Known limitations
This page is the short version of Bloodraven's current boundaries. Read it before writing production manifests so the failure and recovery model matches your expectations.
API maturity
- The CRD API version is
shipstream.io/v1alpha1. - Fields may still change before
v1beta1/v1. - There is not yet a published CRD conversion-webhook or migration contract. Track this under the CRD version-migration wishlist item.
Replication and RPO
- Bloodraven uses asynchronous MySQL replication. Emergency failover can lose transactions that committed on the old primary but had not reached the promoted replica.
- The operator records promotion and divergent GTID sets so data loss is observable, but it does not merge divergent data automatically.
- Planned failover is the zero-RPO path: it fences the source, waits for
the target's
GTID_EXECUTEDto cover the fenced source GTID, then promotes. - If you require synchronous commit semantics or quorum-based zero RPO on primary loss, Bloodraven is the wrong tool; see Why not Group Replication?.
Operator availability
- Leader election is enabled by the chart, but the default deployment still runs one replica. Run more than one operator replica only after validating the deployment model in your cluster.
- Sidecars preserve safety while the operator is unavailable, but new failover decisions wait for an operator to run.
- If the primary fails while the operator is down, writes remain unavailable until the operator returns and completes failover.
Placement and shared nodes
- Taints and node discovery are scoped per failover group with
spec.sites[].taintNodeSelector, so one physical node can advertise membership in multiple failover groups at the same site. - Application workloads on shared nodes must tolerate other groups' readonly taints but not their own group's taint.
Backups and restore
- Backup and PITR support is present, including backup verification, but restore-duration metrics and restore-performance guidance are still missing.
- In-place restore exists for destructive rollback of a live group.

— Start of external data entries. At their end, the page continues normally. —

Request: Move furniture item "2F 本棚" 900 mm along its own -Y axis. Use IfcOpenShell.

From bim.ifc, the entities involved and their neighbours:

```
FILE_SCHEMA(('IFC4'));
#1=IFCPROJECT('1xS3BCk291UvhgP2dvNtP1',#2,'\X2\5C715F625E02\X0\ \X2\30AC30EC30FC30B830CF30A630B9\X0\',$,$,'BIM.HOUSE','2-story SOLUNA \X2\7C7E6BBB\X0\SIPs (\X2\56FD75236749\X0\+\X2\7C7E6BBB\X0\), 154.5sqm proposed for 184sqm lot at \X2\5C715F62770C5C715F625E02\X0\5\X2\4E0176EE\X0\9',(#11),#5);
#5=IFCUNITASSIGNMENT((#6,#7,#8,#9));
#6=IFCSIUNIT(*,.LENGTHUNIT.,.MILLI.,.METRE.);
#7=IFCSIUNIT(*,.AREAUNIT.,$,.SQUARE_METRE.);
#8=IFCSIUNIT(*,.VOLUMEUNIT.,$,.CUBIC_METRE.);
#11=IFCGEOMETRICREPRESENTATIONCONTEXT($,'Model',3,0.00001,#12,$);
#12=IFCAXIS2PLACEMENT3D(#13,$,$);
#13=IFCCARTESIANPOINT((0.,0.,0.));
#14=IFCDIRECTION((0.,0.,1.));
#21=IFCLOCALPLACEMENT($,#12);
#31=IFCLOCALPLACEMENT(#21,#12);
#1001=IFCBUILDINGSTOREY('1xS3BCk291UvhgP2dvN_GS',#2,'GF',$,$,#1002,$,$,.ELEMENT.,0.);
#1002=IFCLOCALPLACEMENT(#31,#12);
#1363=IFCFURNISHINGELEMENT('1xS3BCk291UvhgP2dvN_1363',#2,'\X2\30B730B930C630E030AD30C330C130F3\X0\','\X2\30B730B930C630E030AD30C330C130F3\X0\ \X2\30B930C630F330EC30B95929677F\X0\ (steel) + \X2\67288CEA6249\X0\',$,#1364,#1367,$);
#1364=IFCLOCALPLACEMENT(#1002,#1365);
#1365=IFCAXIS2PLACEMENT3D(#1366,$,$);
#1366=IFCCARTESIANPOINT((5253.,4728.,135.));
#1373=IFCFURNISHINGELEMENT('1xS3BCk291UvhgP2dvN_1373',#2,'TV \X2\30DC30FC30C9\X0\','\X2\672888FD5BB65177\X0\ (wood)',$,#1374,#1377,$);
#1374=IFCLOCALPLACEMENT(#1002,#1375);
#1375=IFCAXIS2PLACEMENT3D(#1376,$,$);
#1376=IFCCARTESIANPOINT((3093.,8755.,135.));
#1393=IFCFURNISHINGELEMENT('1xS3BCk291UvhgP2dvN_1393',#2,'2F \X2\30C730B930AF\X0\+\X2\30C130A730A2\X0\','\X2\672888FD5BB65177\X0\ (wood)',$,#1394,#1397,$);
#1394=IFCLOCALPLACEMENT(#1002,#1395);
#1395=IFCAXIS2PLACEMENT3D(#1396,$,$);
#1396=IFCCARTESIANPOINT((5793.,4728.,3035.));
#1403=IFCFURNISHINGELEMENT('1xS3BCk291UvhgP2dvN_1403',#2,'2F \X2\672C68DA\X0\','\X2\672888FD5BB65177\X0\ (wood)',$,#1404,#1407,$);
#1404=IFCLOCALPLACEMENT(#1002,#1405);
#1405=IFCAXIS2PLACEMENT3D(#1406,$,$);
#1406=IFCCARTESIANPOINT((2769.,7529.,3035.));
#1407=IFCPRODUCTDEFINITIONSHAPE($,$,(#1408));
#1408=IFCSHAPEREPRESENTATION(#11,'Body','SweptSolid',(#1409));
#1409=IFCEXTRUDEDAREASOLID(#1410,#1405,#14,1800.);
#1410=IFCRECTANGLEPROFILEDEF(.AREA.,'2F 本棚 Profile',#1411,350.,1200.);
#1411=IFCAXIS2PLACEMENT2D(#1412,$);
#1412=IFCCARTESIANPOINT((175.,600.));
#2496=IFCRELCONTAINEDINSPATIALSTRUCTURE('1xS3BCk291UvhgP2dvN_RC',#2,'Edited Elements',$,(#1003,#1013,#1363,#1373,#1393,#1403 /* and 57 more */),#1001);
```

```python
import ifcopenshell
import ifcopenshell.api.geometry
import ifcopenshell.util.placement

model = ifcopenshell.open("bim.ifc")

item = model.by_guid("1xS3BCk291UvhgP2dvN_1403")
matrix = ifcopenshell.util.placement.get_local_placement(item.ObjectPlacement)
matrix[:3, 3] -= matrix[:3, 1] * 900.0
ifcopenshell.api.geometry.edit_object_placement(model, product=item, matrix=matrix, is_si=False)

print(ifcopenshell.util.placement.get_local_placement(item.ObjectPlacement).round(3) + 0.0)

model.write("bim_updated.ifc")
```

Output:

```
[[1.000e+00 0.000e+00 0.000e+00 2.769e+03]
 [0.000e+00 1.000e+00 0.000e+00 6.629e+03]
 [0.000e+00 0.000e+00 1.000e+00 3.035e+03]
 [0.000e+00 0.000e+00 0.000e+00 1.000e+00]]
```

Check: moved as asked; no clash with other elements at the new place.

Use it carefully: full-instance restore fences writes and reclones the peer after loading the dump.
- PVC loss can be recovered by recloning from the current primary, but committed transactions that only existed on the lost PVC are gone. See Operations.
- Total cluster loss (all nodes and PVCs destroyed) requires recovering
into a separate Kubernetes cluster from the source backup archive.

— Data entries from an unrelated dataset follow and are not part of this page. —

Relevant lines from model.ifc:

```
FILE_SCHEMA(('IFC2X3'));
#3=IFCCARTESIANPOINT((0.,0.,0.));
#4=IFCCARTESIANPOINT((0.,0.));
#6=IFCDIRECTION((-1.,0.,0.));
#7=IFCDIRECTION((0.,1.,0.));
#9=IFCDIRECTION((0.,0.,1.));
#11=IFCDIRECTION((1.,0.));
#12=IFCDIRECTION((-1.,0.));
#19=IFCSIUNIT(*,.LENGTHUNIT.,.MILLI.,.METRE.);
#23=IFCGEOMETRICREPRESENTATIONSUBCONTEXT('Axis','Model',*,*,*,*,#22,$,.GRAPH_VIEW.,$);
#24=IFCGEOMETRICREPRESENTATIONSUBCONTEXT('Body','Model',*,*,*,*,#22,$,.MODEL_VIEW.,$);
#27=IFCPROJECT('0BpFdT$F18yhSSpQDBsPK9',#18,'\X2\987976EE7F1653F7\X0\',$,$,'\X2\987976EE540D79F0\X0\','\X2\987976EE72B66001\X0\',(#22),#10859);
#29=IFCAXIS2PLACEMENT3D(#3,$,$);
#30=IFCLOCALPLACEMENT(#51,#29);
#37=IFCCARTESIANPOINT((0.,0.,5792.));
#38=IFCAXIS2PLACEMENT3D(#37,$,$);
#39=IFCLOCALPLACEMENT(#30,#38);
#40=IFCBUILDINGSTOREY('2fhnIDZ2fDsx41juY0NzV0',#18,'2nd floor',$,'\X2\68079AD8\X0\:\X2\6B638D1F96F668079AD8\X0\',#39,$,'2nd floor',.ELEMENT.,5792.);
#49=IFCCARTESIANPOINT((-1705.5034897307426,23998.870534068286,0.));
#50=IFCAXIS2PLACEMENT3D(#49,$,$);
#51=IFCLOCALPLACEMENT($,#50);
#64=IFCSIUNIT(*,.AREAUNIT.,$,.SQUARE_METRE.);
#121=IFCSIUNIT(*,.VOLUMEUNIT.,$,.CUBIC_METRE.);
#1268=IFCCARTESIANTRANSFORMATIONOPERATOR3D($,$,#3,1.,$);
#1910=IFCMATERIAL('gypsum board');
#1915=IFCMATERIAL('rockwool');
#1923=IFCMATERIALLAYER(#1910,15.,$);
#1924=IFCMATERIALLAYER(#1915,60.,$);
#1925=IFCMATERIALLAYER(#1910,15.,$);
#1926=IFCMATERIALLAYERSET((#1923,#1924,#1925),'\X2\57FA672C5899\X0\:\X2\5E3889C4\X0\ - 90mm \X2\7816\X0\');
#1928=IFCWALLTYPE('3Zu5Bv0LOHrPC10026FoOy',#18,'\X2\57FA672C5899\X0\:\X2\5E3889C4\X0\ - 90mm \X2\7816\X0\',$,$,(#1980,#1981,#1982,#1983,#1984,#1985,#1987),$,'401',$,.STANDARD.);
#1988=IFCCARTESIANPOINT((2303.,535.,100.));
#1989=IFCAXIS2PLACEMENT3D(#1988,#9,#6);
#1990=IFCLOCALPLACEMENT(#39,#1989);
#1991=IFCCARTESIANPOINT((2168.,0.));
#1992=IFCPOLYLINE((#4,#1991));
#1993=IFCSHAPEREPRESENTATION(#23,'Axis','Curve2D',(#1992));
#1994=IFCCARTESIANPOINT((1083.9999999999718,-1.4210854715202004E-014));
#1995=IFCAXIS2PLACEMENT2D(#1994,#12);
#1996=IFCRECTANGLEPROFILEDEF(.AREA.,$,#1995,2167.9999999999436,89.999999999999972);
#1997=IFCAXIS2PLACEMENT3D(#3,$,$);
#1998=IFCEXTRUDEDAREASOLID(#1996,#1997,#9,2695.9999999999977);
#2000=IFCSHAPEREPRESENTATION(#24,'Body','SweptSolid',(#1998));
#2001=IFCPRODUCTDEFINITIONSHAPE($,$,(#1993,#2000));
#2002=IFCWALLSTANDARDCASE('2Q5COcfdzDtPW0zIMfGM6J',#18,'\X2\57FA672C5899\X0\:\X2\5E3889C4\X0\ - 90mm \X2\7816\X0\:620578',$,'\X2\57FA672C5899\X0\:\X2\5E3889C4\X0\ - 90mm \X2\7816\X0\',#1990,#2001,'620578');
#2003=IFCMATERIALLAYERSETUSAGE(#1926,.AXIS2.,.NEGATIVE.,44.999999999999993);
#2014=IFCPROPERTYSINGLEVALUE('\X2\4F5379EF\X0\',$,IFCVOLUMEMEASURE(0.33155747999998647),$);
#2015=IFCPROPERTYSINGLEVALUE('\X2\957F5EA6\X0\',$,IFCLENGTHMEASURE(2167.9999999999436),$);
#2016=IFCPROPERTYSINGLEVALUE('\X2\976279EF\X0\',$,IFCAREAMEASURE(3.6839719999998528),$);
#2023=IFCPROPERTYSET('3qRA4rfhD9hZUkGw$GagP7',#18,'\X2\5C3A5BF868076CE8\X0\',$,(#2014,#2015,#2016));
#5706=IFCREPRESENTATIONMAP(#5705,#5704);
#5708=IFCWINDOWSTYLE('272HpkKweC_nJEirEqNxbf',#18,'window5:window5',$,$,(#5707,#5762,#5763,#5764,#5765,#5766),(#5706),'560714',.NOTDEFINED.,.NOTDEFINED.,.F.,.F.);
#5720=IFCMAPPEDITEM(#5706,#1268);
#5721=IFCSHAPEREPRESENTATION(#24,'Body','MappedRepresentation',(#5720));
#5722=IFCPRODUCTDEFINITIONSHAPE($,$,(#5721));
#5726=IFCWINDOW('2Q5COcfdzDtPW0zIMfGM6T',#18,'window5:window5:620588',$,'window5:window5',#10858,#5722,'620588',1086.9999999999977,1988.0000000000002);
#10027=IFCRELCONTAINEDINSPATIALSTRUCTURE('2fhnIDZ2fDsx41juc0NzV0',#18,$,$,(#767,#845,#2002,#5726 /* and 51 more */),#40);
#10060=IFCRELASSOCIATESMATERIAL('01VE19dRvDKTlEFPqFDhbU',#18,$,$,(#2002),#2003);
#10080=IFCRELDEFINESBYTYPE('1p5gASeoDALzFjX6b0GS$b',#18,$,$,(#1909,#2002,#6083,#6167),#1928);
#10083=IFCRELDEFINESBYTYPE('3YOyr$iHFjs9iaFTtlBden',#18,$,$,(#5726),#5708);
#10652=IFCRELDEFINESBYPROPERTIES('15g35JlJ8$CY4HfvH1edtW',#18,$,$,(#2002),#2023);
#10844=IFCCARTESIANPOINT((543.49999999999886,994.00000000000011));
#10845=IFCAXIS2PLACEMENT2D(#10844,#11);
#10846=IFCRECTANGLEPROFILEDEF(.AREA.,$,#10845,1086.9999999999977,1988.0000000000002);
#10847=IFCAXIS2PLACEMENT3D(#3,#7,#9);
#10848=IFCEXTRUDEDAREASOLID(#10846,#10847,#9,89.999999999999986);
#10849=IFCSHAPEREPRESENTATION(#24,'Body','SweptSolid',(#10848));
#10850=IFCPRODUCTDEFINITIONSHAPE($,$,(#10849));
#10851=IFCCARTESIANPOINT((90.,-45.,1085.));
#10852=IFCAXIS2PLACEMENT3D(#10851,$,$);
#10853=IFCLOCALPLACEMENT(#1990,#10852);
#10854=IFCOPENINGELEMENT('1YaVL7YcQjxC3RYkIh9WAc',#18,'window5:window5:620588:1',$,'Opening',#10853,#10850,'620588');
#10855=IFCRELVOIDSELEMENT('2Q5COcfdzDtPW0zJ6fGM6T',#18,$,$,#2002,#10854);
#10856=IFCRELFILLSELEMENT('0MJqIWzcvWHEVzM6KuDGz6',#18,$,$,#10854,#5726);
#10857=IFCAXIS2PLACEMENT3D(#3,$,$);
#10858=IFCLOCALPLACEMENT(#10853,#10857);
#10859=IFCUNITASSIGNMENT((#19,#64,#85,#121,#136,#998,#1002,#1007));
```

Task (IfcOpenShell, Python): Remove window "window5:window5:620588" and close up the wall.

```python
import ifcopenshell
import ifcopenshell.api.feature
import ifcopenshell.api.pset
import ifcopenshell.api.root
import ifcopenshell.geom
import ifcopenshell.util.element
import ifcopenshell.util.shape
import ifcopenshell.util.unit

model = ifcopenshell.open("model.ifc")
area_scale = ifcopenshell.util.unit.calculate_unit_scale(model, "AREAUNIT")
volume_scale = ifcopenshell.util.unit.calculate_unit_scale(model, "VOLUMEUNIT")
settings = ifcopenshell.geom.settings()


def volume(element):
    """Net volume in cubic metres, openings subtracted."""
    shape = ifcopenshell.geom.create_shape(settings, element)
    return ifcopenshell.util.shape.get_volume(shape.geometry)


window = model.by_guid("2Q5COcfdzDtPW0zIMfGM6T")
opening = window.FillsVoids[0].RelatingOpeningElement
wall = opening.VoidsElements[0].RelatingBuildingElement
before = volume(wall)

ifcopenshell.api.root.remove_product(model, product=window)
ifcopenshell.api.feature.remove_feature(model, feature=opening)

after = volume(wall)
thickness = 0.09  # wall thickness in metres

# Update the wall's stored quantities.
pset = model.by_id(ifcopenshell.util.element.get_pset(wall, "尺寸标注", should_inherit=False)["id"])
ifcopenshell.api.pset.edit_pset(model, pset=pset, properties={
    "体积": model.create_entity("IfcVolumeMeasure", after / volume_scale),
    "面积": model.create_entity("IfcAreaMeasure", after / thickness / area_scale),
})

print(f"wall volume {before:.3f} -> {after:.3f} m3")

model.write("model_edited.ifc")
```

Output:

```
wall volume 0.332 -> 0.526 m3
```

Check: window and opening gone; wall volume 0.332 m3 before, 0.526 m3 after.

See Multi-cluster DR for the end-to-end
runbook using
spec.initFromBackupwith optional PITR replay.
Dragonfly co-management
- Managed Dragonfly is optional and intended for cache/session continuity, not durable application state.
- Dragonfly pods use ephemeral storage unless you configure
spec.dragonfly.snapshotfor planned snapshot-restore maintenance. Bloodraven does not schedule Dragonfly backups as durable data backups. - Emergency MySQL failover never blocks on Dragonfly. If Dragonfly sync or promotion fails, sessions/cache may be discarded while MySQL recovery completes.
spec.tlsapplies to MySQL, not Dragonfly. Protect Dragonfly with NetworkPolicy, Dragonfly auth, and any external TLS/service-mesh controls your environment requires.
Network partitions
- The failure-mode matrix covers common partition classes, but a dedicated network-partition runbook with metrics/events for each asymmetric case is still missing.
- Playground partition tests must use pod-level NetworkPolicy or an equivalent mechanism; host-level iptables rules do not reliably block Kubernetes Service traffic in k3d.
Observability and tooling
- Grafana dashboards and metrics are shipped, but PrometheusRule alert examples are not yet packaged as first-class chart artifacts.
- There is no
kubectl bloodravenplugin yet. Use annotations,kubectl get, andkubectl describefor operations.
External dependencies
- DNS steering depends on external-dns consuming
DNSEndpointobjects. Bloodraven updates the CR; DNS provider propagation time and TTLs are outside the operator's control. - Production installs need real topology-aware persistent storage. Local path / hostPath storage is acceptable for playground use only.
- The unauthenticated auxiliary and sidecar HTTP surfaces assume a trusted pod network. Use NetworkPolicy before exposing those Services broadly.